Thanks for the response, but my problem was less about the ability to produce data and more about how the results don’t seem meaningful. At best this implementation of VAD is more like noise detection using a threshold, but has no processing / filtering for actual speech. In addition, DOA should only show 180 degrees for a linear mic array, instead of 360 degrees, but clearly the code is intended for the circular mic array.
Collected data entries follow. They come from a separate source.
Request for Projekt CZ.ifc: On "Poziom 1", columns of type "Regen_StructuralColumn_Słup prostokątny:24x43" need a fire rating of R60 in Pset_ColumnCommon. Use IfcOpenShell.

First a look at what the model holds.

```python
import ifcopenshell
import ifcopenshell.util.element

model = ifcopenshell.open("Projekt CZ.ifc")
print(model.schema)
storey = next(s for s in model.by_type("IfcBuildingStorey") if s.Name == "Poziom 1")
columns = [e for e in ifcopenshell.util.element.get_decomposition(storey) if e.is_a("IfcColumn")]
seen = {}
for e in columns:
    element_type = ifcopenshell.util.element.get_type(e)
    key = (element_type.Name if element_type != e and element_type else None, ifcopenshell.util.element.get_pset(e, "Pset_ColumnCommon", "FireRating"))
    seen[key] = seen.get(key, 0) + 1
for (name, value), count in sorted(seen.items(), key=str):
    print(count, "x", name, "|", value)
```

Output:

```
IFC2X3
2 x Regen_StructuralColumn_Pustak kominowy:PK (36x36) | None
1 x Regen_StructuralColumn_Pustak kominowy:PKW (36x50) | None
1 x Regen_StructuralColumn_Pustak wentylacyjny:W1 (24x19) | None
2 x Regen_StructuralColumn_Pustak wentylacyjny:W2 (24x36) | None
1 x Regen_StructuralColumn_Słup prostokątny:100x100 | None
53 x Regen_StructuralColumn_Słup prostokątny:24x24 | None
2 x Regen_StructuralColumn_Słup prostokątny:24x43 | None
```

```python
import ifcopenshell
import ifcopenshell.api.pset
import ifcopenshell.util.element

model = ifcopenshell.open("Projekt CZ.ifc")

storey = next(s for s in model.by_type("IfcBuildingStorey") if s.Name == "Poziom 1")
columns = [e for e in ifcopenshell.util.element.get_decomposition(storey) if e.is_a("IfcColumn")]

count = 0
for e in columns:
    element_type = ifcopenshell.util.element.get_type(e)
    if element_type in (None, e) or element_type.Name != "Regen_StructuralColumn_Słup prostokątny:24x43":
        continue
    # add_pset returns the element's existing set when there is one.
    pset = ifcopenshell.api.pset.add_pset(model, product=e, name="Pset_ColumnCommon")
    ifcopenshell.api.pset.edit_pset(model, pset=pset, properties={"FireRating": "R60"})
    count += 1

print(count, "columns updated")

model.write("Projekt CZ-out.ifc")
```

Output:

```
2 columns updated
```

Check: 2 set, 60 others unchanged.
My question was more about a way to tune the code to match the hardware rather than to get the provided code to run.





Some more details:



I am testing speech detection in a wall mounted application using a few different products from ReSpeaker. The ReSpeaker Mic Array v2.0 includes a chip from XMOS that has algorithms built in for VAD and DOA. These algorithms seem to perform better than the software algorithms as discussed here, but the circular array doesn’t necessarily make sense in a wall mounted application so I wanted to test the accuracy of the software algorithms using the ReSpeaker 4-Mic Linear Array Kit for Raspberry Pi. All provided algorithms seem geared towards use for ReSpeaker 4 Mic Array for Raspberry Pi (pi-hat circular array). I would expect that the software algorithms would need to take into account the mic orientation, mic separation, etc – but haven’t seen a different code base that takes this into account.



Let me know if anybody has tested the ReSpeaker 4-Mic Linear Array Kit for Raspberry Pi and has produced promising results.

A bit late to the party.



The XMOS chip can work with a linear array, but it would have to be designed an laid out. Seeed can provide this service if you commit to ordering and paying for the customization. Essentially we have a minimal price for this kind of service. If you want to know more you can toss an email to me at seth.welday@seeed.cc.



The algorithms you get for VAD on the Pi Shields, if they are present, are based on software.

The algorithms on the XMOS are hardware based. I’ve not the solution, but just to clarify that.

I am pushing this to the software team to ask them to look at this again, there should be a DOA program for the linear array - I’m pretty sure I saw it working before. However, have you tested to see if a voice at about 15° also generates 345°? If so then it may just return Either (x°) Or (360° - x°). If this is the case it’s easy to solve on your end, though obviously not ideal.